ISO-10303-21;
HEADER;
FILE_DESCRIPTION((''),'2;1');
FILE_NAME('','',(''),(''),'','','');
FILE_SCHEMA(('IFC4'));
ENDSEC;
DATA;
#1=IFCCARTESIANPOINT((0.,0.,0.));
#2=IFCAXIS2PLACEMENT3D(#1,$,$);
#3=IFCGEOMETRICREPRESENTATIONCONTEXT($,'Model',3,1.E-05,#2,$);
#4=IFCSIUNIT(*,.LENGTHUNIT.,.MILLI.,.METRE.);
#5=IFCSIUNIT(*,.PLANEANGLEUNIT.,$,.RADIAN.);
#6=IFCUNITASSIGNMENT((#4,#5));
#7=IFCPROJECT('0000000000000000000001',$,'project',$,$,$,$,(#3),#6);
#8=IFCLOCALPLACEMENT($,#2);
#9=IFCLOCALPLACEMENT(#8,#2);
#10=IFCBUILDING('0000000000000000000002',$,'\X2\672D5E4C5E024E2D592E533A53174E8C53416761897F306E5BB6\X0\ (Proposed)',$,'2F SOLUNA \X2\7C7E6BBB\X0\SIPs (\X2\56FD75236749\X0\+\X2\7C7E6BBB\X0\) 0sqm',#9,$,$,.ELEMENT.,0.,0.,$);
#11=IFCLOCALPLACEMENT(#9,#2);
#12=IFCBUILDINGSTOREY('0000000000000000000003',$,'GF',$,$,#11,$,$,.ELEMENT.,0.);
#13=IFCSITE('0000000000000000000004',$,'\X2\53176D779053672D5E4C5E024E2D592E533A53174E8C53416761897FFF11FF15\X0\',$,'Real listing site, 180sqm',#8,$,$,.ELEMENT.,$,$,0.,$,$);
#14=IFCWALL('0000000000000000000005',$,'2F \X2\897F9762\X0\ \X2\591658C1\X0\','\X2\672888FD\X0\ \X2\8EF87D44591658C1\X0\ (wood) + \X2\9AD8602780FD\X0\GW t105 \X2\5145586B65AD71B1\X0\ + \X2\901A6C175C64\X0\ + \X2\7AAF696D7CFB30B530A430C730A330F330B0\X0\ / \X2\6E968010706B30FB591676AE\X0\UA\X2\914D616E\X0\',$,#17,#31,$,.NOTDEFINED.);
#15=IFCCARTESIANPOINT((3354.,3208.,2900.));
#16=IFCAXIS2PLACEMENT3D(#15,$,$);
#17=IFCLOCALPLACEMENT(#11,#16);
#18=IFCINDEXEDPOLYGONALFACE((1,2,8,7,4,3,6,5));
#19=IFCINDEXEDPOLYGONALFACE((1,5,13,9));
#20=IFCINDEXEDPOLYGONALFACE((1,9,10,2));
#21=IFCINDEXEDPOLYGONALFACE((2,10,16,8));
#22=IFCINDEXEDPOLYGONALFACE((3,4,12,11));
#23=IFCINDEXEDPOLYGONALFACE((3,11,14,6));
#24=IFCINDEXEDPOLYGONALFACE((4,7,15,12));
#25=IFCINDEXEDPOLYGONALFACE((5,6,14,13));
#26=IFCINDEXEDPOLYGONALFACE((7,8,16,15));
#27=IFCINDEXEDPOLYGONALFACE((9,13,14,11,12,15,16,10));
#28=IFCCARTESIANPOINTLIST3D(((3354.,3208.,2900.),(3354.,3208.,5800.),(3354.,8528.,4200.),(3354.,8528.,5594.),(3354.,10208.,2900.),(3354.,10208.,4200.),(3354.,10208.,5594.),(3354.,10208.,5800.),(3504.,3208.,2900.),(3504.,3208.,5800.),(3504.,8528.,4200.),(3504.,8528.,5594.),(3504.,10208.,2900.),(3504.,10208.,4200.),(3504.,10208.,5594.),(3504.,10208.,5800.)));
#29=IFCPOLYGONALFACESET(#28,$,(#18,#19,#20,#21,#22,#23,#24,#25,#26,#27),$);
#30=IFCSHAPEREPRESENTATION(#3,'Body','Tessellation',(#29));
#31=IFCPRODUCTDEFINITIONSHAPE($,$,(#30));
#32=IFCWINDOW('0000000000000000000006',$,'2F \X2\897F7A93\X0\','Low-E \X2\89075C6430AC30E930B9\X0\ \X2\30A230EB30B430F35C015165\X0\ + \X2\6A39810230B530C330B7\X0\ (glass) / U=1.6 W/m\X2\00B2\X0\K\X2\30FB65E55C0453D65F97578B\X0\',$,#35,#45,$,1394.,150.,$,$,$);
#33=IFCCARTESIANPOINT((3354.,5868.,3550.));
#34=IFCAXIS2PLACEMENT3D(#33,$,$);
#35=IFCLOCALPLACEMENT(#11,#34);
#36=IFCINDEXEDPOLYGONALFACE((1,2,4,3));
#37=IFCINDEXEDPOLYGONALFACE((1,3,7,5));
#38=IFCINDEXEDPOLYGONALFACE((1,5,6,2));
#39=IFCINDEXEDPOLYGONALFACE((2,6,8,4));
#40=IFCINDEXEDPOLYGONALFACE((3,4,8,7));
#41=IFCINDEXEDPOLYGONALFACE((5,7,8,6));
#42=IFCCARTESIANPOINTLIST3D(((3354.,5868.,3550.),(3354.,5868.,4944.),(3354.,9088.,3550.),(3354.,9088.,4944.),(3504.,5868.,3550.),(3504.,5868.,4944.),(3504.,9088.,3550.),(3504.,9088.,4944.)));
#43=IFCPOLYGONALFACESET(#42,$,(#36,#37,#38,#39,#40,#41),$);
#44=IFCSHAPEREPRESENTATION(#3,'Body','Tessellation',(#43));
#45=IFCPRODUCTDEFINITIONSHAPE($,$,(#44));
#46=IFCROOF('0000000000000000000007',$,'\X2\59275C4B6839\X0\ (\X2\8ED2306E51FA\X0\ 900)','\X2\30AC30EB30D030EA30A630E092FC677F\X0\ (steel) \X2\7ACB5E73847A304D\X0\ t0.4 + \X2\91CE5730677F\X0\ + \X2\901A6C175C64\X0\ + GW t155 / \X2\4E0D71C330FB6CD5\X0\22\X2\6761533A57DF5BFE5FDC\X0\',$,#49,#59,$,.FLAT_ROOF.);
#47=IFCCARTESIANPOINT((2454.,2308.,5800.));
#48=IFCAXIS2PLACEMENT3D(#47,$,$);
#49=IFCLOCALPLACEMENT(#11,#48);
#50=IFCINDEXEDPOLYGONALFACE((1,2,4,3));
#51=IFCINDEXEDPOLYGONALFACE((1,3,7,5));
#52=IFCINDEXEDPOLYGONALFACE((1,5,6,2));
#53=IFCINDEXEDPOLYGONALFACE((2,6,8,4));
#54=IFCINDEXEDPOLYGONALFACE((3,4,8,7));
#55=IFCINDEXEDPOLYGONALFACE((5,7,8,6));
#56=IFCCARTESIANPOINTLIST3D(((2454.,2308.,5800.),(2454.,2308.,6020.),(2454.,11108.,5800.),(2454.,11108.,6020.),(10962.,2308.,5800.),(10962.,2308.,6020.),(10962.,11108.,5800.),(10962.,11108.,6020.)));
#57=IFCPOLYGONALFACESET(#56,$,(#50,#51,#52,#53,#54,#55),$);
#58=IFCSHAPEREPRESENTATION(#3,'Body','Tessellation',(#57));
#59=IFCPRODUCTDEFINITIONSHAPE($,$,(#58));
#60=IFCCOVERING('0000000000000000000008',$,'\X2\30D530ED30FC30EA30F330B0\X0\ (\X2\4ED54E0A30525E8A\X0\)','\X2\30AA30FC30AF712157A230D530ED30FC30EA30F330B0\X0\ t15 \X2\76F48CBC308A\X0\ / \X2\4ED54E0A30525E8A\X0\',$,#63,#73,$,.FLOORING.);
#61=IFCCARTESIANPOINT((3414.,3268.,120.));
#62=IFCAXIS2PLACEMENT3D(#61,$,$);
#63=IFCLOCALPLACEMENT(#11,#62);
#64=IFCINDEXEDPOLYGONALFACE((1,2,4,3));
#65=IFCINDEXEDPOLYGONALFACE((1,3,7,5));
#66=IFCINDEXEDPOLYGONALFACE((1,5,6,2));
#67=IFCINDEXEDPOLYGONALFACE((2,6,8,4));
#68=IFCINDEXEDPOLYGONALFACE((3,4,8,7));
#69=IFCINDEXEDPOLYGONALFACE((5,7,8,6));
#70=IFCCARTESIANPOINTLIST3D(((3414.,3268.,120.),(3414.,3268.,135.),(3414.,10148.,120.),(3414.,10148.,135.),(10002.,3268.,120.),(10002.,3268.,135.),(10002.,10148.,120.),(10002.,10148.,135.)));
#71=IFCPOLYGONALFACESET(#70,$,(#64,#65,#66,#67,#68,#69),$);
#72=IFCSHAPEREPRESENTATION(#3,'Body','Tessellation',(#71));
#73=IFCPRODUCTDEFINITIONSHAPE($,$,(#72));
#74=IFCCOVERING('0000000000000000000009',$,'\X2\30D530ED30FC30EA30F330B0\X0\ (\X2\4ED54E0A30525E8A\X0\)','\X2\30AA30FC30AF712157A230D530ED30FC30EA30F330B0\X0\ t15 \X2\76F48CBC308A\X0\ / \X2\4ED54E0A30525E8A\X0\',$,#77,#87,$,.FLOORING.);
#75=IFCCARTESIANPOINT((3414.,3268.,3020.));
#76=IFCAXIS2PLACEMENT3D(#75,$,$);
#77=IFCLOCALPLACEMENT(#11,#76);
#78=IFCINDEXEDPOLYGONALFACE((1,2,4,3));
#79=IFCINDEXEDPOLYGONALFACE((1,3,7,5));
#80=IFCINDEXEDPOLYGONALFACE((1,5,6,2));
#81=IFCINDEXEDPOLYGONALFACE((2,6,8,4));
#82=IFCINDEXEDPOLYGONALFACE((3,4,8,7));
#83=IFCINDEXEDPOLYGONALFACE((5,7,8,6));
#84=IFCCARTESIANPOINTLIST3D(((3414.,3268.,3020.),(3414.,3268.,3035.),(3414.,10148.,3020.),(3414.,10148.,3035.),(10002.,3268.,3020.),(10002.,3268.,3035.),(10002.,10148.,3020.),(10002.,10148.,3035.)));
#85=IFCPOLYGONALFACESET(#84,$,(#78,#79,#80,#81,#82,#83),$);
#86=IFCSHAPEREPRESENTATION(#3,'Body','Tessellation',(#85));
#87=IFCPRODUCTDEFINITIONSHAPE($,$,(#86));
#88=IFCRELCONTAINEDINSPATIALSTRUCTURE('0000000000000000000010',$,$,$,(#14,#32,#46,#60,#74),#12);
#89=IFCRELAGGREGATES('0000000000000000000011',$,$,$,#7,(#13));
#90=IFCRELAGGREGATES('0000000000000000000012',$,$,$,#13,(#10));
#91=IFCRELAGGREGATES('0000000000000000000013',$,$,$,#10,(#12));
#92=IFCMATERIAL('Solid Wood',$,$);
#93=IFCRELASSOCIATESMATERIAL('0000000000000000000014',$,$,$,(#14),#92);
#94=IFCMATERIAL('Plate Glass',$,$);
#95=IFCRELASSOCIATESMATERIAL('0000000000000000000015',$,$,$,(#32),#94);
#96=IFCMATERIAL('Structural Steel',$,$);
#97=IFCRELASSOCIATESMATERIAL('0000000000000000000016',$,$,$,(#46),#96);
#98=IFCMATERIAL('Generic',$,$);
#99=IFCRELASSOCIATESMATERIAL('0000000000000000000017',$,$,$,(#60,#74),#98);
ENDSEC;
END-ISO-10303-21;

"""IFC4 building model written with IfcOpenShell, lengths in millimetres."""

from ifc_helpers import new_model, si_unit, frame, frame_2d, origin, place, context, project, spatial, rectangle, extrude, material, element, fill, save


model = new_model("IFC4")

# Units and contexts
model_context = context("Model", 3, precision=1e-05, world=origin())
ifc_project = project(units=[si_unit("LENGTHUNIT", "METRE", prefix="MILLI"), si_unit("PLANEANGLEUNIT", "RADIAN")], contexts=[model_context])

# Site, building, storey
site_placement = place(None, origin())
site = spatial("IfcSite", under=ifc_project, at=site_placement, Name="北海道札幌市中央区北二十条西１５", ObjectType="Real listing site, 180sqm", CompositionType="ELEMENT", RefElevation=0.0)
building_placement = place(site_placement, origin())
building = spatial("IfcBuilding", under=site, at=building_placement, Name="札幌市中央区北二十条西の家 (Proposed)", ObjectType="2F SOLUNA 籾殻SIPs (国産杉+籾殻) 0sqm", CompositionType="ELEMENT", ElevationOfRefHeight=0.0, ElevationOfTerrain=0.0)
storey_placement = place(building_placement, origin())
storey = spatial("IfcBuildingStorey", under=building, at=storey_placement, Name="GF", CompositionType="ELEMENT", Elevation=0.0)

# Shared definitions
ifc_material_1 = material(Name="Solid Wood")

# Shared definitions
ifc_material_2 = material(Name="Plate Glass")

# Wall, opening, window
wall_1_placement = place(storey_placement, frame((3354.0, 3208.0, 2900.0)))
wall_1 = element("IfcWall", 1, at=wall_1_placement, inside=storey, material=ifc_material_1, Name="2F 西面 外壁", Description="木製 軸組外壁 (wood) + 高性能GW t105 充填断熱 + 通気層 + 窯業系サイディング / 準耐火・外皮UA配慮", PredefinedType="NOTDEFINED", context=model_context, shape_type="SweptSolid", body=[
    extrude(rectangle(XDim=150.0, YDim=7000.0, at=frame_2d((75.0, 3500.0))), frame((3354.0, 3208.0, 2900.0)), (0.0, 0.0, 1.0), 2900.0),
])
opening_1_placement = place(storey_placement, frame((3354.0, 5868.0, 3550.0)))
opening_1 = element("IfcOpeningElement", 2, at=opening_1_placement, cuts=wall_1, PredefinedType="NOTDEFINED", context=model_context, shape_type="SweptSolid", body=[
    extrude(rectangle(XDim=150.0, YDim=3220.0, at=frame_2d((75.0, 1610.0))), frame((3354.0, 5868.0, 3550.0)), (0.0, 0.0, 1.0), 1394.0),
])
window_1_placement = place(storey_placement, frame((3354.0, 5868.0, 3550.0)))
window_1 = element("IfcWindow", 3, at=window_1_placement, inside=storey, material=ifc_material_2, Name="2F 西窓", Description="Low-E 複層ガラス アルゴン封入 + 樹脂サッシ (glass) / U=1.6 W/m²K・日射取得型", OverallHeight=1394.0, OverallWidth=150.0, context=model_context, shape_type="SweptSolid", body=[
    extrude(rectangle(XDim=150.0, YDim=3220.0, at=frame_2d((75.0, 1610.0))), frame((3354.0, 5868.0, 3550.0)), (0.0, 0.0, 1.0), 1394.0),
])
fill(opening_1, window_1)

# Roof
ifc_material_3 = material(Name="Structural Steel")
roof_placement = place(storey_placement, frame((2454.0, 2308.0, 5800.0)))
element("IfcRoof", 4, at=roof_placement, inside=storey, material=ifc_material_3, Name="大屋根 (軒の出 900)", Description="ガルバリウム鋼板 (steel) 立平葺き t0.4 + 野地板 + 通気層 + GW t155 / 不燃・法22条区域対応", PredefinedType="FLAT_ROOF", context=model_context, shape_type="SweptSolid", body=[
    extrude(rectangle(XDim=8508.0, YDim=8800.0, at=frame_2d((4254.0, 4400.0))), frame((2454.0, 2308.0, 5800.0)), (0.0, 0.0, 1.0), 220.0),
])

# Coverings
ifc_material_4 = material(Name="Generic")
covering_1_placement = place(storey_placement, frame((3414.0, 3268.0, 120.0)))
element("IfcCovering", 5, at=covering_1_placement, inside=storey, material=ifc_material_4, Name="フローリング (仕上げ床)", Description="オーク無垢フローリング t15 直貼り / 仕上げ床", PredefinedType="FLOORING", context=model_context, shape_type="SweptSolid", body=[
    extrude(rectangle(XDim=6588.0, YDim=6880.0, at=frame_2d((3294.0, 3440.0))), frame((3414.0, 3268.0, 120.0)), (0.0, 0.0, 1.0), 15.0),
])
covering_2_placement = place(storey_placement, frame((3414.0, 3268.0, 3020.0)))
element("IfcCovering", 6, at=covering_2_placement, inside=storey, material=ifc_material_4, Name="フローリング (仕上げ床)", Description="オーク無垢フローリング t15 直貼り / 仕上げ床", PredefinedType="FLOORING", context=model_context, shape_type="SweptSolid", body=[
    extrude(rectangle(XDim=6588.0, YDim=6880.0, at=frame_2d((3294.0, 3440.0))), frame((3414.0, 3268.0, 3020.0)), (0.0, 0.0, 1.0), 15.0),
])

save(model, "model.ifc")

+++

■ **ACTIVITY**
Copy each line above where the string "IFCSHAPEREPRESENTATION" occurs.

■ **WRITTEN ANSWER**
#30=IFCSHAPEREPRESENTATION(#3,'Body','Tessellation',(#29));
#44=IFCSHAPEREPRESENTATION(#3,'Body','Tessellation',(#43));
#58=IFCSHAPEREPRESENTATION(#3,'Body','Tessellation',(#57));
#72=IFCSHAPEREPRESENTATION(#3,'Body','Tessellation',(#71));
#86=IFCSHAPEREPRESENTATION(#3,'Body','Tessellation',(#85));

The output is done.